DATA EXCERPTS |

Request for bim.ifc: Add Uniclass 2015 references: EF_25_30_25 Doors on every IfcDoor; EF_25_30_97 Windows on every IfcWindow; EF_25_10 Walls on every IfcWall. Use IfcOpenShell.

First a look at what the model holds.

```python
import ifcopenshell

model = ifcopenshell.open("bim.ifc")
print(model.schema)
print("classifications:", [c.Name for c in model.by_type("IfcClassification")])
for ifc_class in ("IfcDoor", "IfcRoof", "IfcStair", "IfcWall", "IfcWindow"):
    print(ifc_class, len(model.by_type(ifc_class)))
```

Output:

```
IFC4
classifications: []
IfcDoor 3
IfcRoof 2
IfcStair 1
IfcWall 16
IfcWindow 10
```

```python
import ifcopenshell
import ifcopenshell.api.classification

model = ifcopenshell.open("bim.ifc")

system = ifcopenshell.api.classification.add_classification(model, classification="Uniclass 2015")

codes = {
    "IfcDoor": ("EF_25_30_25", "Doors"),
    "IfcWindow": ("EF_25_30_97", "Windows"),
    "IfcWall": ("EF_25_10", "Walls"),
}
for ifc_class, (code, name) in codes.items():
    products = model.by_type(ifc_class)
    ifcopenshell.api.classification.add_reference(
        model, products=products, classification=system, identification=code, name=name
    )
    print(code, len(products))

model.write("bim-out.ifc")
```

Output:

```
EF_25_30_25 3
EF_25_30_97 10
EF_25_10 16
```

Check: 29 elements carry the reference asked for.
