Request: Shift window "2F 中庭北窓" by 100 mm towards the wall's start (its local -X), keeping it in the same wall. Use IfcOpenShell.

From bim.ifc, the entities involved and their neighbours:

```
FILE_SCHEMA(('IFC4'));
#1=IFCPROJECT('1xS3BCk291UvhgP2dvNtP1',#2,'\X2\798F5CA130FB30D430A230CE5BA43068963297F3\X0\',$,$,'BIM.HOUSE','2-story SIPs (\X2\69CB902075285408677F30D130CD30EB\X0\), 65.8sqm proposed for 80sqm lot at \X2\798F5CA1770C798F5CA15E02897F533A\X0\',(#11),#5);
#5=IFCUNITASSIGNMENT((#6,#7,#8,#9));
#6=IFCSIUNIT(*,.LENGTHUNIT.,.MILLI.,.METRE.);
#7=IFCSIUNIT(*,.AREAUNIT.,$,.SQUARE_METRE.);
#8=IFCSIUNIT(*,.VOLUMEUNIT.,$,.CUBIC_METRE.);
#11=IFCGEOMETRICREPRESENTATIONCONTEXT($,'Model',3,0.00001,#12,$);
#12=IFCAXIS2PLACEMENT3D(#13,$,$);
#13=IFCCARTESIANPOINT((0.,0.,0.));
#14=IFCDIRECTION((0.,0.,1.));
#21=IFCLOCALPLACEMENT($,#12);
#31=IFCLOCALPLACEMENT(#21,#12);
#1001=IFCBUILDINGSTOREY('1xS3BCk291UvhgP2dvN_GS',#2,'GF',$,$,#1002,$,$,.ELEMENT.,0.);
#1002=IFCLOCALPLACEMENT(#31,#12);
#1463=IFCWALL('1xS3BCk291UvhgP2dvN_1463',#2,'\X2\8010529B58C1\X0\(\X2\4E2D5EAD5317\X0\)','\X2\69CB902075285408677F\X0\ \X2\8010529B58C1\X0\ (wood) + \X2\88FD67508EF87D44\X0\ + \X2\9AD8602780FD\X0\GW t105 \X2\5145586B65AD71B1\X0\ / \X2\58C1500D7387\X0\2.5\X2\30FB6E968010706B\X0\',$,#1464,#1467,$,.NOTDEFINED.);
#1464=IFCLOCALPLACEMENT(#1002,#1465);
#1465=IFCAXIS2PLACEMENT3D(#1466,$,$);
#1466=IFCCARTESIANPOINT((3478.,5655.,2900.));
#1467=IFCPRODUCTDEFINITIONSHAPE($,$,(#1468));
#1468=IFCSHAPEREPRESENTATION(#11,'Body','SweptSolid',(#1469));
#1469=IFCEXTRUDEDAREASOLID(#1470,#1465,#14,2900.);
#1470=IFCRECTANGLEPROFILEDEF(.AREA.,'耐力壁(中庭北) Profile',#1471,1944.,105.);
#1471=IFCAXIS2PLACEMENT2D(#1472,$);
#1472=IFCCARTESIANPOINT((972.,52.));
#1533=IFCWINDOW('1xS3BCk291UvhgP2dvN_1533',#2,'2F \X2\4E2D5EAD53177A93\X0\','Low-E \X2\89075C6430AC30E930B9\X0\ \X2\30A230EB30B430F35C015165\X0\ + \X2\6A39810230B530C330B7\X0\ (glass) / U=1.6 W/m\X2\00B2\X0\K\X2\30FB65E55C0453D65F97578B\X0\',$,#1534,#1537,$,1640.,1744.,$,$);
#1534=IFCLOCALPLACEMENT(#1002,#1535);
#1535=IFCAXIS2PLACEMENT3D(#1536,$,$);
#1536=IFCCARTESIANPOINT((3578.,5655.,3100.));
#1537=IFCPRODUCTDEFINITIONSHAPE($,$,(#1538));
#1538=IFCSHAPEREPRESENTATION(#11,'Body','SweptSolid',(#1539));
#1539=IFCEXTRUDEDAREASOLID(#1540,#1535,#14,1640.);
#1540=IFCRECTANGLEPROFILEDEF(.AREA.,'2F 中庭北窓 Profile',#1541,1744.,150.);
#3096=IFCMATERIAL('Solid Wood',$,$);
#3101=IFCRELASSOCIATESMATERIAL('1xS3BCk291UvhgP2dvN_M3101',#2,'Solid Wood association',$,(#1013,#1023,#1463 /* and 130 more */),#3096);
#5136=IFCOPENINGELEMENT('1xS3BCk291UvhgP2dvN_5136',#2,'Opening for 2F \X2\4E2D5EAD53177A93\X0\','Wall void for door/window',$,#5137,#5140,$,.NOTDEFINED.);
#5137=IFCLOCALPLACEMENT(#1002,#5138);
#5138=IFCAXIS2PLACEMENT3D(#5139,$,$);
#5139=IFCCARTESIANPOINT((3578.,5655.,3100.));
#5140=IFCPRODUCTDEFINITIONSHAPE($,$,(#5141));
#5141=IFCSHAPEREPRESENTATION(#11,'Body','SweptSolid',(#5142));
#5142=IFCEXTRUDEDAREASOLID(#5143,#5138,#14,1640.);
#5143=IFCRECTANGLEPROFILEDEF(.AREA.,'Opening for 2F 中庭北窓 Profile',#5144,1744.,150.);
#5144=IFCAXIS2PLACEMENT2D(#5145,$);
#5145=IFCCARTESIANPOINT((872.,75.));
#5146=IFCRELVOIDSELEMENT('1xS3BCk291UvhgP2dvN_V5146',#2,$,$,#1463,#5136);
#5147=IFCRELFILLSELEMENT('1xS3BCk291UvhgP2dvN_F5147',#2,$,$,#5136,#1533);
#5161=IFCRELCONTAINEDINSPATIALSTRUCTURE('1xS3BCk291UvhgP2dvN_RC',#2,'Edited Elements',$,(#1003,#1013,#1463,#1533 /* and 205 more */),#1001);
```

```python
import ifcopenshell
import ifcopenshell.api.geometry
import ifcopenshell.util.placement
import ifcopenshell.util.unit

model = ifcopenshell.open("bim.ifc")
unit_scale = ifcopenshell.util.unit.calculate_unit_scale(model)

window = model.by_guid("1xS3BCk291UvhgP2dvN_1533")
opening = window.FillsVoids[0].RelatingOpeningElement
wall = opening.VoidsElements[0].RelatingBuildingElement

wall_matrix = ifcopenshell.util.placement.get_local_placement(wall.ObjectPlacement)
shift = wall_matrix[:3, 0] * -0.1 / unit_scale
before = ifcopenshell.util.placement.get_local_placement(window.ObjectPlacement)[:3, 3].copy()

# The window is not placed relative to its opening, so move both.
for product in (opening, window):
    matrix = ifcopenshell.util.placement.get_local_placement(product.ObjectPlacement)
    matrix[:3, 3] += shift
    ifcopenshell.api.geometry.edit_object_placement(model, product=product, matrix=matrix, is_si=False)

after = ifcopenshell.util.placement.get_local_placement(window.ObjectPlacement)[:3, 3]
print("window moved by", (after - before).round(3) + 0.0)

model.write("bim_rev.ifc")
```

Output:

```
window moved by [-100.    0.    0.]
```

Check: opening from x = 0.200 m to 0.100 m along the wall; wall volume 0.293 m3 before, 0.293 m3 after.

---

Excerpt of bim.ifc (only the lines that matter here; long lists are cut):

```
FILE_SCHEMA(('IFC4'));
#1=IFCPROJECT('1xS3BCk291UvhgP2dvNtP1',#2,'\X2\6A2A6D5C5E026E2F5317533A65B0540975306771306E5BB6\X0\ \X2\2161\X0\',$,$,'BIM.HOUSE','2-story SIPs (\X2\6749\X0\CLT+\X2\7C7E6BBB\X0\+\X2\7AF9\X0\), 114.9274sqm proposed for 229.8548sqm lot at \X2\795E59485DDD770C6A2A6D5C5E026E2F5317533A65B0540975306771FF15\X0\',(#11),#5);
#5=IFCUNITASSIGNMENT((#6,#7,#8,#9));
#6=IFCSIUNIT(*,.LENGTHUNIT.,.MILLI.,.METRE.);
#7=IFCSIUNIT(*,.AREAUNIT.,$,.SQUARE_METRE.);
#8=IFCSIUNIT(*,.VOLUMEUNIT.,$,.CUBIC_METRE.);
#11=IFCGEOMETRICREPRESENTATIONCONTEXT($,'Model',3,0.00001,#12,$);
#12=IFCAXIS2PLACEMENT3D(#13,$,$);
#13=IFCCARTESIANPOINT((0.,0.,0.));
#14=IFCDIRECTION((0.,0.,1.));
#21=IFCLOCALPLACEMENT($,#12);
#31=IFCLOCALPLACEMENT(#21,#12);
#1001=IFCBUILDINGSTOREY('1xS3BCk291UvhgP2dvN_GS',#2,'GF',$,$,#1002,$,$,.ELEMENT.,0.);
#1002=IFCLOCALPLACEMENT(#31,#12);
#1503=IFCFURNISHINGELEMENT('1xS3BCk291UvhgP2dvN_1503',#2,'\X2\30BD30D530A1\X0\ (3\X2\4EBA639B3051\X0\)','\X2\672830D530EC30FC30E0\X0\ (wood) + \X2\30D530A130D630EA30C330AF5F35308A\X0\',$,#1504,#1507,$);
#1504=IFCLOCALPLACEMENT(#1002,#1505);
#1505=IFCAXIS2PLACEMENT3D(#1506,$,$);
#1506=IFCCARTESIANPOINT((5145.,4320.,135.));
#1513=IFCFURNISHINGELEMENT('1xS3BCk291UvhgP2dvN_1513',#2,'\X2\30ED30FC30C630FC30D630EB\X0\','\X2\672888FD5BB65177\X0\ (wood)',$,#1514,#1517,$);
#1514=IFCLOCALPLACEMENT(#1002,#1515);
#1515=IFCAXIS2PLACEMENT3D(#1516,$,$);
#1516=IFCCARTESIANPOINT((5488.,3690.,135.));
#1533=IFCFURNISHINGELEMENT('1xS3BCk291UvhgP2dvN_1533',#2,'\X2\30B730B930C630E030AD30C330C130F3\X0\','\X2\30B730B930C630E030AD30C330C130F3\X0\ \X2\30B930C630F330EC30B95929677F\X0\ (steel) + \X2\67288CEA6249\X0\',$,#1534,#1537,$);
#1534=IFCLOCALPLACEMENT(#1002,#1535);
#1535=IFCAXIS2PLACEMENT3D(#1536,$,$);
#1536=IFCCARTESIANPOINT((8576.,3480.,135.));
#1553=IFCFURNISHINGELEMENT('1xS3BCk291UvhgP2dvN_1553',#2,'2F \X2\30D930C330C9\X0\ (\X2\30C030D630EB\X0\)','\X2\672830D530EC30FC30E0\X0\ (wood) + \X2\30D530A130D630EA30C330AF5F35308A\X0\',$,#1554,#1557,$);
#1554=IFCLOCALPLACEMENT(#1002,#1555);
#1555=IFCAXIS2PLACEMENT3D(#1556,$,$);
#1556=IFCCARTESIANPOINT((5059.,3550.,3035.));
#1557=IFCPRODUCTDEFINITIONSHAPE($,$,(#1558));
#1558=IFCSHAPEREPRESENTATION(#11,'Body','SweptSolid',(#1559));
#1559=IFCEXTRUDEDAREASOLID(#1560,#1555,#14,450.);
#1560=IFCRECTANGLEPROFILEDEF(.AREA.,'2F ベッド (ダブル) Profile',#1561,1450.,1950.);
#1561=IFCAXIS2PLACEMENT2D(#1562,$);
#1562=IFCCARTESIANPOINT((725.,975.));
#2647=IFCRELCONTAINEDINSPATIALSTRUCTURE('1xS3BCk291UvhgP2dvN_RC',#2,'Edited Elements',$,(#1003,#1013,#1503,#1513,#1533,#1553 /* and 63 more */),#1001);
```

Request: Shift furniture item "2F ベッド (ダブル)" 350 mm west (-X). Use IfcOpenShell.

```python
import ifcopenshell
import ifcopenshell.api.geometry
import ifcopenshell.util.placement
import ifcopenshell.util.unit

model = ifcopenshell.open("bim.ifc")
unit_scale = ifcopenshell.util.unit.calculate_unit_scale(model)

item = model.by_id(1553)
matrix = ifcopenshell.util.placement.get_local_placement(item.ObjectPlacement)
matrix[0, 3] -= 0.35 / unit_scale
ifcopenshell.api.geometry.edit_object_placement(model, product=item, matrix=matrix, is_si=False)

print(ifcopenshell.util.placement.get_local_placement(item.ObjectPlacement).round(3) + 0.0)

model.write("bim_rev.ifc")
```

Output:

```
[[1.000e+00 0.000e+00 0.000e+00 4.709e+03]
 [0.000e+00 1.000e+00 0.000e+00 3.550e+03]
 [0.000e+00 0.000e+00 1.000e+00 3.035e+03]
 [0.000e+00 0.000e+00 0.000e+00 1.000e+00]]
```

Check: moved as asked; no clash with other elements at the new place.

DIRECTIONS FOR THIS TASK | If a line contains the word "IFCRELCONTAINEDINSPATIALSTRUCTURE", count it; give the total for the entries above and nothing else.

RESULT FOR THIS TASK | 2